Been on the the forum for a few weeks now. Registered recently. 

New into beekeeping, got my first hive only a week ago. Already had some great learning experiences. Its a very addictive hobby, I'm getting more and more into it! 

Looking forward to reading, sharing info and learning more! 

Adelaide. Australia


----------



## Stephenpbird (May 22, 2011)

HI Comper

"Its a very addictive hobby, I'm getting more and more into it!"
Hahahaha another one gets addicted. Waning, to many hives can make you single!


----------



## mrqb (Jul 17, 2011)

Hellp to you, and Welcome


----------



## AmericasBeekeeper (Jan 24, 2010)

Welcome 100!


----------



## MattDavey (Dec 16, 2011)

G'day Comper, good to see some other Aussies joining. Lots of information here!


----------



## Comper100 (Nov 25, 2013)

Thanks, yeah there is a wealth of info on here. I can spend hours reading all the material!


----------



## scdw43 (Aug 14, 2008)

Welcome to Beesource, ask questions and they will be answered.


----------



## Kidbeeyoz (May 8, 2013)

Welcome to the forum. Aussies are small in number on the forum. We may not be real leaders in beekeeping but we designed an Australian hive tool and have had some outstanding queen bee breeders. A Western Australian beekeeper holds a world record for honey produced and of course there is our scientist Denis Anderson who is the world expert on Varroa having named Varroa Destructor.


----------



## Comper100 (Nov 25, 2013)

I didn't know that! Thanks for the Reply.

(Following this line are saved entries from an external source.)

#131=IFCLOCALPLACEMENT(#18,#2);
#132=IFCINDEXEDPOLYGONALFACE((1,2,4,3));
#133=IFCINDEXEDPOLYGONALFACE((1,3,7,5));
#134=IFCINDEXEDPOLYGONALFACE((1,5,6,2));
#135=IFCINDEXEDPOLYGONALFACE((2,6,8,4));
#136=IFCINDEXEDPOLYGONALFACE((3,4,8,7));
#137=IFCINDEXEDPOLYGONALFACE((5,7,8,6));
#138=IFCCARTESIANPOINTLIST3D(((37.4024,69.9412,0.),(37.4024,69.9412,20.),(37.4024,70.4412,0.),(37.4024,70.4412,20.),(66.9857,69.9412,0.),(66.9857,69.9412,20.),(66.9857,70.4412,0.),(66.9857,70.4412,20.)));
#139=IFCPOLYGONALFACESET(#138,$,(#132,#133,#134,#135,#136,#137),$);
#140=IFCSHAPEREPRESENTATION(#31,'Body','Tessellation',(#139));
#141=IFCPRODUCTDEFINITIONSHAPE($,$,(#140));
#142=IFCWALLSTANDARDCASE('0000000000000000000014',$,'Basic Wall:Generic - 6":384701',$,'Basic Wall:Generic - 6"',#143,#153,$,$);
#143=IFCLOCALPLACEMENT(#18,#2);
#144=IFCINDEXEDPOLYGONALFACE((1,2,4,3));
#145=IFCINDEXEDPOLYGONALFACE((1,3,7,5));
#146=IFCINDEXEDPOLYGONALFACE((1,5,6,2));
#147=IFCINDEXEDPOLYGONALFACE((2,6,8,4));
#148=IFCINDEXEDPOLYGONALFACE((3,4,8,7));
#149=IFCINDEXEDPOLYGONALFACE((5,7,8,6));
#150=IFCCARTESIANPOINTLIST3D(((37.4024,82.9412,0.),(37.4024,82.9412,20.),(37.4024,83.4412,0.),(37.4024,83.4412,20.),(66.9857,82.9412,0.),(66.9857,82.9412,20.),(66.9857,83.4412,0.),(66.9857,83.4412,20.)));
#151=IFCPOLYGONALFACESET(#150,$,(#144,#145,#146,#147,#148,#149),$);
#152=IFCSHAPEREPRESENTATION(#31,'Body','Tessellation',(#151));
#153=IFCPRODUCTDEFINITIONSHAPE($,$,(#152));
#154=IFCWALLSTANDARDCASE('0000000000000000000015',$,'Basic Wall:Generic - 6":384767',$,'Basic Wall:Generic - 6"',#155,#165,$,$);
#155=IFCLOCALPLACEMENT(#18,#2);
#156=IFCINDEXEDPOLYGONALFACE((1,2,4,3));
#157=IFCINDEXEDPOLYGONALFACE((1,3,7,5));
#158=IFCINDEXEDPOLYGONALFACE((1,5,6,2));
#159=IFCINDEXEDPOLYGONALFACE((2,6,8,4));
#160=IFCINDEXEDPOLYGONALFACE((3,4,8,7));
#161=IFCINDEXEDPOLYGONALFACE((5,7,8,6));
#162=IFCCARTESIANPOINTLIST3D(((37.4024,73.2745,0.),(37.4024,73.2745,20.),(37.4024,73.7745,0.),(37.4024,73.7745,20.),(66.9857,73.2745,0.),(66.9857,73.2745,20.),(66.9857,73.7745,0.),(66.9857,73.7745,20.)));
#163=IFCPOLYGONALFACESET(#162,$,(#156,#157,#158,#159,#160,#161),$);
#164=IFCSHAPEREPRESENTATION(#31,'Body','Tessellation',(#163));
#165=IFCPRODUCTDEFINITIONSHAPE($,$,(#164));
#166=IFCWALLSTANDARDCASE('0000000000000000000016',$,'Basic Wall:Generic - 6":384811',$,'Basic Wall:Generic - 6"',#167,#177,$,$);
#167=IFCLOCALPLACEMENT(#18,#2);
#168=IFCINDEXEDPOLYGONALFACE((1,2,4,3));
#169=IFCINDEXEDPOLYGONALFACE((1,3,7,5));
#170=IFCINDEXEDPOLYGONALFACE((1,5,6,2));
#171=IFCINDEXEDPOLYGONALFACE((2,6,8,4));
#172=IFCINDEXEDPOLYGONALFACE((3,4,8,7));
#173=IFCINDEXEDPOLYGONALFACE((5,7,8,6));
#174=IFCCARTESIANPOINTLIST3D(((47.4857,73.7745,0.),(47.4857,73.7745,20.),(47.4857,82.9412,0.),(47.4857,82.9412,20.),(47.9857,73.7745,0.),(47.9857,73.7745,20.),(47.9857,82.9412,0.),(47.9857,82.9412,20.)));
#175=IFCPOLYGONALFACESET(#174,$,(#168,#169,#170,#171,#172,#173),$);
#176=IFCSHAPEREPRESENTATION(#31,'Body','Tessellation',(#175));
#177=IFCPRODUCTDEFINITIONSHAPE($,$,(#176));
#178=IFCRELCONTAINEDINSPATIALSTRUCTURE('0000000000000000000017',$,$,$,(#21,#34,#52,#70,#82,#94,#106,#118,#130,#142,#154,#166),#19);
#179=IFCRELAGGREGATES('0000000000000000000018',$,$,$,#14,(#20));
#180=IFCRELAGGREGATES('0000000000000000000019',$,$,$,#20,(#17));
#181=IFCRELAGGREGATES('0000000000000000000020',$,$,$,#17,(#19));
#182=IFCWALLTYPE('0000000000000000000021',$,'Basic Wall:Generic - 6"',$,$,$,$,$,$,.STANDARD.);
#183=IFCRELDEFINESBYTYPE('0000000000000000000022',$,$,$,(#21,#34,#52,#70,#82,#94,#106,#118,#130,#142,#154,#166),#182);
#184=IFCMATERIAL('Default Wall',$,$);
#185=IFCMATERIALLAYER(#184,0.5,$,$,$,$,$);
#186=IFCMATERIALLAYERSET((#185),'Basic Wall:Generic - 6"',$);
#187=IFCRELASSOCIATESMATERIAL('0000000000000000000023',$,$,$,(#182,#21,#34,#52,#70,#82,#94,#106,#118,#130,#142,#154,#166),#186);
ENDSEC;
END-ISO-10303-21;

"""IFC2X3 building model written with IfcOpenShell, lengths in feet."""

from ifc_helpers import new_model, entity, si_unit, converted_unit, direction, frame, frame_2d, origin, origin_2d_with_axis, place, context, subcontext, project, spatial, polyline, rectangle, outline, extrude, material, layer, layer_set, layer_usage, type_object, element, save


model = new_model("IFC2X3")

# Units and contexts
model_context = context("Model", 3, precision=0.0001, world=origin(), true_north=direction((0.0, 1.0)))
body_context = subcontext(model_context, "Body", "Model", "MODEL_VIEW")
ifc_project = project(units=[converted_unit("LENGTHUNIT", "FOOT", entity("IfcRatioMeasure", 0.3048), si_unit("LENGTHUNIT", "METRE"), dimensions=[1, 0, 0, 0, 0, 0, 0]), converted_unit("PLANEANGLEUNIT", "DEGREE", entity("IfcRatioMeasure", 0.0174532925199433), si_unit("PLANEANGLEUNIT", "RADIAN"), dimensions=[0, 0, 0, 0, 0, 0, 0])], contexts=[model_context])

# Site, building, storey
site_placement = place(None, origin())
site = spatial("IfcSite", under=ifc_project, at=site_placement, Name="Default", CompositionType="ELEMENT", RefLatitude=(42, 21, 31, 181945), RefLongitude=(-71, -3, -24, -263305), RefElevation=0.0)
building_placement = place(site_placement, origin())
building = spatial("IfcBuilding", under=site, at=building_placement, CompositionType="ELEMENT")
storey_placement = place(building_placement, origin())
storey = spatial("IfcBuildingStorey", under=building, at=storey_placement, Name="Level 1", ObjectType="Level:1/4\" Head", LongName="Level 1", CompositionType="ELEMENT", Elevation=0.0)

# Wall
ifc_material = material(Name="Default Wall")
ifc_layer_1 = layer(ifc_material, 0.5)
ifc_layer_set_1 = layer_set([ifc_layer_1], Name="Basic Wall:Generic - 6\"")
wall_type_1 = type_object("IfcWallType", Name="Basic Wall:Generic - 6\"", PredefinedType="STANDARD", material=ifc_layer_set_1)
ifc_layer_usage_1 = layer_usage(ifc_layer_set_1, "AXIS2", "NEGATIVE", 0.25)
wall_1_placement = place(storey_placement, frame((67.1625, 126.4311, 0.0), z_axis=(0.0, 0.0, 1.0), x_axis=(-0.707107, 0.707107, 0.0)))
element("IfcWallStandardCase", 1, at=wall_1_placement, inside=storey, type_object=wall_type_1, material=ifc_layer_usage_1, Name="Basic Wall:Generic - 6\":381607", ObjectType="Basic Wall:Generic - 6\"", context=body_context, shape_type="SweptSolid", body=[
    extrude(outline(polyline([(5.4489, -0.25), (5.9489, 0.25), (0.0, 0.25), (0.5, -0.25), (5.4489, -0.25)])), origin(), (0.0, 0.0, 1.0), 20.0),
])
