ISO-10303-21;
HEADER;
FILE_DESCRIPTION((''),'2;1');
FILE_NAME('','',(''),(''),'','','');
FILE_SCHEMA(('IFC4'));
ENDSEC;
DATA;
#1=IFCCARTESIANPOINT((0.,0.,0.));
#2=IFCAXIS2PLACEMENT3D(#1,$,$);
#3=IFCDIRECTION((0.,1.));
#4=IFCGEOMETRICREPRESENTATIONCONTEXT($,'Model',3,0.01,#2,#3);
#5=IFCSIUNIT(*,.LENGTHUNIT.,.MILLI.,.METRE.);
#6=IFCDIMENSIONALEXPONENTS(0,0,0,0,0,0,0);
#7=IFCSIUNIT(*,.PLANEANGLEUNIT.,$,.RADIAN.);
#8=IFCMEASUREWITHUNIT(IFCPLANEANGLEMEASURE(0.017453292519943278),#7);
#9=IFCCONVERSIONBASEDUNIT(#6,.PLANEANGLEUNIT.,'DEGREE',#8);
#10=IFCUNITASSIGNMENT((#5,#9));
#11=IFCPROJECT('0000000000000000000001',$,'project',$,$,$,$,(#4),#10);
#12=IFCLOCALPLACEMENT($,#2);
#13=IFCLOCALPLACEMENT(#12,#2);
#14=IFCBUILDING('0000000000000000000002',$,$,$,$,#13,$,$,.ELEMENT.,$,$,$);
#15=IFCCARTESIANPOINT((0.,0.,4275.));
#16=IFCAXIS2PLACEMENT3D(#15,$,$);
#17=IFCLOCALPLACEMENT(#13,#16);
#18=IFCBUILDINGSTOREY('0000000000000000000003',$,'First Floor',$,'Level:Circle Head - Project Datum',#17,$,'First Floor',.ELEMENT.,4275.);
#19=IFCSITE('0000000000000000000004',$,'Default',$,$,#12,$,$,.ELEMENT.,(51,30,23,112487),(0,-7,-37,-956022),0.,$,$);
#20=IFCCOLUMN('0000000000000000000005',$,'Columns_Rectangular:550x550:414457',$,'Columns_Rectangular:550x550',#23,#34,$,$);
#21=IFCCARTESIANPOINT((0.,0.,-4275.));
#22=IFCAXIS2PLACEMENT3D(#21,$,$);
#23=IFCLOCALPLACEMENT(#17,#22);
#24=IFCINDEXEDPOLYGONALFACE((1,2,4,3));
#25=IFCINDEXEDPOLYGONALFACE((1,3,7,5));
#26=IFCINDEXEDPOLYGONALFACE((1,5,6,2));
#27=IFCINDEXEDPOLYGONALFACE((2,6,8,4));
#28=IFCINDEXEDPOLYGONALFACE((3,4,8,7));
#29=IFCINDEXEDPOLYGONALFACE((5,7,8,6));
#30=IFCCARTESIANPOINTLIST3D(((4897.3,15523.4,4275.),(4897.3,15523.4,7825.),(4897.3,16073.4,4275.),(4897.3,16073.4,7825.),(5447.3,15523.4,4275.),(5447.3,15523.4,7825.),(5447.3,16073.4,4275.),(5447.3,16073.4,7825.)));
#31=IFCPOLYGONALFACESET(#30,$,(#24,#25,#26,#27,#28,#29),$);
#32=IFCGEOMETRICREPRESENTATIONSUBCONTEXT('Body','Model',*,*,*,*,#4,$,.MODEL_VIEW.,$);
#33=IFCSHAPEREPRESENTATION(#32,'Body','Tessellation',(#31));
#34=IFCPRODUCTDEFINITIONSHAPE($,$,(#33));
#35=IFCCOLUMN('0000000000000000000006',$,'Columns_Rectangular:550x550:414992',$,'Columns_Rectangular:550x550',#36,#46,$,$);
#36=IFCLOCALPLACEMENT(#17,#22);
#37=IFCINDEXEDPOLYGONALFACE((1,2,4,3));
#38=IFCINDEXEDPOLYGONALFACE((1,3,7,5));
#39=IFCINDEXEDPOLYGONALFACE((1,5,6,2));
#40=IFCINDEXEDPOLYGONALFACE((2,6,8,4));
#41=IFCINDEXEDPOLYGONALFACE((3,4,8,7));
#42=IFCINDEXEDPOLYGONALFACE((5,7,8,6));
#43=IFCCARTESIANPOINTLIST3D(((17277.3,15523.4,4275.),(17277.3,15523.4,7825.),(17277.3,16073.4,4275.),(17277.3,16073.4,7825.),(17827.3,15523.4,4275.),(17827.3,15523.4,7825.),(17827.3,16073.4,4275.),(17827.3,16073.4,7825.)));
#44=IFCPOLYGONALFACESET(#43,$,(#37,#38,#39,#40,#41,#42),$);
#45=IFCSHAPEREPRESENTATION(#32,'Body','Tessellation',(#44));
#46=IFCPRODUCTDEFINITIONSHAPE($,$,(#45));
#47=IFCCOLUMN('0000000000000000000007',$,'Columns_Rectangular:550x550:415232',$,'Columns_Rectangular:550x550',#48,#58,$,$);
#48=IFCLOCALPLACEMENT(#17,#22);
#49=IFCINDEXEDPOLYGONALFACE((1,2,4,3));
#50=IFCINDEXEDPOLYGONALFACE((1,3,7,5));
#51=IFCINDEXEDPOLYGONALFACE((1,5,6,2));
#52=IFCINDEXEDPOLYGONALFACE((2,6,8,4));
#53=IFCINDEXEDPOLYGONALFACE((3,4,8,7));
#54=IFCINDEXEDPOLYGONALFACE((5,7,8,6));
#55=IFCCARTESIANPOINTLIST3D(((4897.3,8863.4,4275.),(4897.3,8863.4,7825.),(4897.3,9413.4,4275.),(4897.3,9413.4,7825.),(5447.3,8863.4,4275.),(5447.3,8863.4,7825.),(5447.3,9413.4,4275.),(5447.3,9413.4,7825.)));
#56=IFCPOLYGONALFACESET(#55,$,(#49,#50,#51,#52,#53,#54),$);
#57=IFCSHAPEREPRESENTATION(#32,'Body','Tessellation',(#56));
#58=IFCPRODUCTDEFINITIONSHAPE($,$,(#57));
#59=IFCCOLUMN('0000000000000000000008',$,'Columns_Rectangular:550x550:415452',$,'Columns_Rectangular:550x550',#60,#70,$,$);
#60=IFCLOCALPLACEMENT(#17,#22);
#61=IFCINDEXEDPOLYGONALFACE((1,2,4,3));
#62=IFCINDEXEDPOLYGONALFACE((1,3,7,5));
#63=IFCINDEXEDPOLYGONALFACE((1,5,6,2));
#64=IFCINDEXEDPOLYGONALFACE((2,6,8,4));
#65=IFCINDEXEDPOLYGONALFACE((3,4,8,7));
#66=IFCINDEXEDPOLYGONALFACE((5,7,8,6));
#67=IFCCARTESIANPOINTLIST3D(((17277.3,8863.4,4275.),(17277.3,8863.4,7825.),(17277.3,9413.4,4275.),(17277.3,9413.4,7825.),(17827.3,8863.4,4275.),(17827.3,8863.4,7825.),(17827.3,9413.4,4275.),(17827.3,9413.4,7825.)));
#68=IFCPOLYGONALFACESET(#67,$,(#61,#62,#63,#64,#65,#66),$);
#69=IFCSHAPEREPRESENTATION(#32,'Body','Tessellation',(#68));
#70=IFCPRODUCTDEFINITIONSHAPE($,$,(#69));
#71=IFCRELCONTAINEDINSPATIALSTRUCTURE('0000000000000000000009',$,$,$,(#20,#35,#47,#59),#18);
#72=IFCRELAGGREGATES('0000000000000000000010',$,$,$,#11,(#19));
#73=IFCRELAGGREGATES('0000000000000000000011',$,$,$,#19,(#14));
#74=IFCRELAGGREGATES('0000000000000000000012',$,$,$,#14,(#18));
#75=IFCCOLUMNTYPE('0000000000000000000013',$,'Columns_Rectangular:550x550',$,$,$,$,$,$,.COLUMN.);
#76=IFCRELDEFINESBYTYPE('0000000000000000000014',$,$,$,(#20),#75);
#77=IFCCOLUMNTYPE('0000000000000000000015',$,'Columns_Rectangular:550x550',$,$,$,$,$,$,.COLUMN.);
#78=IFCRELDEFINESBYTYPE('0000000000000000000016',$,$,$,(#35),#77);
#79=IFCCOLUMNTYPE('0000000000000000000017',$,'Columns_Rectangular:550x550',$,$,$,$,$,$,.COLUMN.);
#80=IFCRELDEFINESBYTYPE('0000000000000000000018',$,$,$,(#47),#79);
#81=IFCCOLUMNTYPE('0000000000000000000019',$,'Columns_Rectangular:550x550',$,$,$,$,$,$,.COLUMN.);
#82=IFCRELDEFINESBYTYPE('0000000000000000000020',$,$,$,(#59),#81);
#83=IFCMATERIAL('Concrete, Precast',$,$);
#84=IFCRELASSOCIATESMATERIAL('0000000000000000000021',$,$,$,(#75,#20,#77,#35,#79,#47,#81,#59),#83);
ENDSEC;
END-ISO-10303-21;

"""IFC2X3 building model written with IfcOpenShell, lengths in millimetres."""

from ifc_helpers import new_model, entity, si_unit, converted_unit, direction, frame, frame_2d, origin, place, context, subcontext, project, spatial, rectangle, extrude, source, transform, mapped, material, type_object, type_shapes, element, save


model = new_model("IFC2X3")

# Units and contexts
model_context = context("Model", 3, precision=0.01, world=origin(), true_north=direction((0.0, 1.0)))
body_context = subcontext(model_context, "Body", "Model", "MODEL_VIEW")
ifc_project = project(units=[si_unit("LENGTHUNIT", "METRE", prefix="MILLI"), converted_unit("PLANEANGLEUNIT", "DEGREE", entity("IfcPlaneAngleMeasure", 0.017453292519943278), si_unit("PLANEANGLEUNIT", "RADIAN"), dimensions=[0, 0, 0, 0, 0, 0, 0])], contexts=[model_context])

# Site, building, storey
site_placement = place(None, origin())
site = spatial("IfcSite", under=ifc_project, at=site_placement, Name="Default", CompositionType="ELEMENT", RefLatitude=(51, 30, 23, 112487), RefLongitude=(0, -7, -37, -956022), RefElevation=0.0)
building_placement = place(site_placement, origin())
building = spatial("IfcBuilding", under=site, at=building_placement, CompositionType="ELEMENT")
storey_placement = place(building_placement, frame((0.0, 0.0, 4275.0)))
storey = spatial("IfcBuildingStorey", under=building, at=storey_placement, Name="First Floor", ObjectType="Level:Circle Head - Project Datum", LongName="First Floor", CompositionType="ELEMENT", Elevation=4275.0)

# Columns
ifc_material_1 = material(Name="Concrete, Precast")
column_type_1 = type_object("IfcColumnType", Name="Columns_Rectangular:550x550", PredefinedType="COLUMN", material=ifc_material_1)
shared_shape_1 = source(origin(), body_context, "Body", "SweptSolid", [
    extrude(rectangle(XDim=550.0, YDim=550.0, at=frame_2d((0.0, 0.0), x_axis=(1.0, 0.0))), frame((5172.3, 15798.4, 4275.0), z_axis=(0.0, 0.0, 1.0), x_axis=(-1.0, 0.0, 0.0)), (0.0, 0.0, 1.0), 3550.0),
])
type_shapes(column_type_1, [shared_shape_1])
column_1_placement = place(storey_placement, frame((0.0, 0.0, -4275.0)))
element("IfcColumn", 1, at=column_1_placement, inside=storey, type_object=column_type_1, material=ifc_material_1, Name="Columns_Rectangular:550x550:414457", ObjectType="Columns_Rectangular:550x550", context=body_context, shape_type="MappedRepresentation", body=[
    mapped(shared_shape_1, transform((0.0, 0.0, 0.0), scale=1.0)),
])
column_type_2 = type_object("IfcColumnType", Name="Columns_Rectangular:550x550", PredefinedType="COLUMN", material=ifc_material_1)
shared_shape_2 = source(origin(), body_context, "Body", "SweptSolid", [
    extrude(rectangle(XDim=550.0, YDim=550.0, at=frame_2d((0.0, 0.0), x_axis=(1.0, 0.0))), frame((17552.3, 15798.4, 4275.0), z_axis=(0.0, 0.0, 1.0), x_axis=(-1.0, 0.0, 0.0)), (0.0, 0.0, 1.0), 3550.0),
])
type_shapes(column_type_2, [shared_shape_2])
column_2_placement = place(storey_placement, frame((0.0, 0.0, -4275.0)))
element("IfcColumn", 2, at=column_2_placement, inside=storey, type_object=column_type_2, material=ifc_material_1, Name="Columns_Rectangular:550x550:414992", ObjectType="Columns_Rectangular:550x550", context=body_context, shape_type="MappedRepresentation", body=[
    mapped(shared_shape_2, transform((0.0, 0.0, 0.0), scale=1.0)),
])
column_type_3 = type_object("IfcColumnType", Name="Columns_Rectangular:550x550", PredefinedType="COLUMN", material=ifc_material_1)
shared_shape_3 = source(origin(), body_context, "Body", "SweptSolid", [
    extrude(rectangle(XDim=550.0, YDim=550.0, at=frame_2d((0.0, 0.0), x_axis=(1.0, 0.0))), frame((5172.3, 9138.4, 4275.0), z_axis=(0.0, 0.0, 1.0), x_axis=(-1.0, 0.0, 0.0)), (0.0, 0.0, 1.0), 3550.0),
])
type_shapes(column_type_3, [shared_shape_3])
column_3_placement = place(storey_placement, frame((0.0, 0.0, -4275.0)))
element("IfcColumn", 3, at=column_3_placement, inside=storey, type_object=column_type_3, material=ifc_material_1, Name="Columns_Rectangular:550x550:415232", ObjectType="Columns_Rectangular:550x550", context=body_context, shape_type="MappedRepresentation", body=[
    mapped(shared_shape_3, transform((0.0, 0.0, 0.0), scale=1.0)),
])
column_type_4 = type_object("IfcColumnType", Name="Columns_Rectangular:550x550", PredefinedType="COLUMN", material=ifc_material_1)
shared_shape_4 = source(origin(), body_context, "Body", "SweptSolid", [
    extrude(rectangle(XDim=550.0, YDim=550.0, at=frame_2d((0.0, 0.0), x_axis=(1.0, 0.0))), frame((17552.3, 9138.4, 4275.0), z_axis=(0.0, 0.0, 1.0), x_axis=(-1.0, 0.0, 0.0)), (0.0, 0.0, 1.0), 3550.0),
])
type_shapes(column_type_4, [shared_shape_4])
column_4_placement = place(storey_placement, frame((0.0, 0.0, -4275.0)))
element("IfcColumn", 4, at=column_4_placement, inside=storey, type_object=column_type_4, material=ifc_material_1, Name="Columns_Rectangular:550x550:415452", ObjectType="Columns_Rectangular:550x550", context=body_context, shape_type="MappedRepresentation", body=[
    mapped(shared_shape_4, transform((0.0, 0.0, 0.0), scale=1.0)),
])

save(model, "model.ifc")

Here's a quick pic of my hive, had to put it on a stand due to the Ants:


----------



## Jeanette (Jul 7, 2012)

Welcome Comper! Glad to see another Aussie here.


----------



## Oldtimer (Jul 4, 2010)

Kidbeeyoz said:


> A Western Australian beekeeper holds a world record for honey produced


That's interesting and something I've always wondered. What is the world record?


----------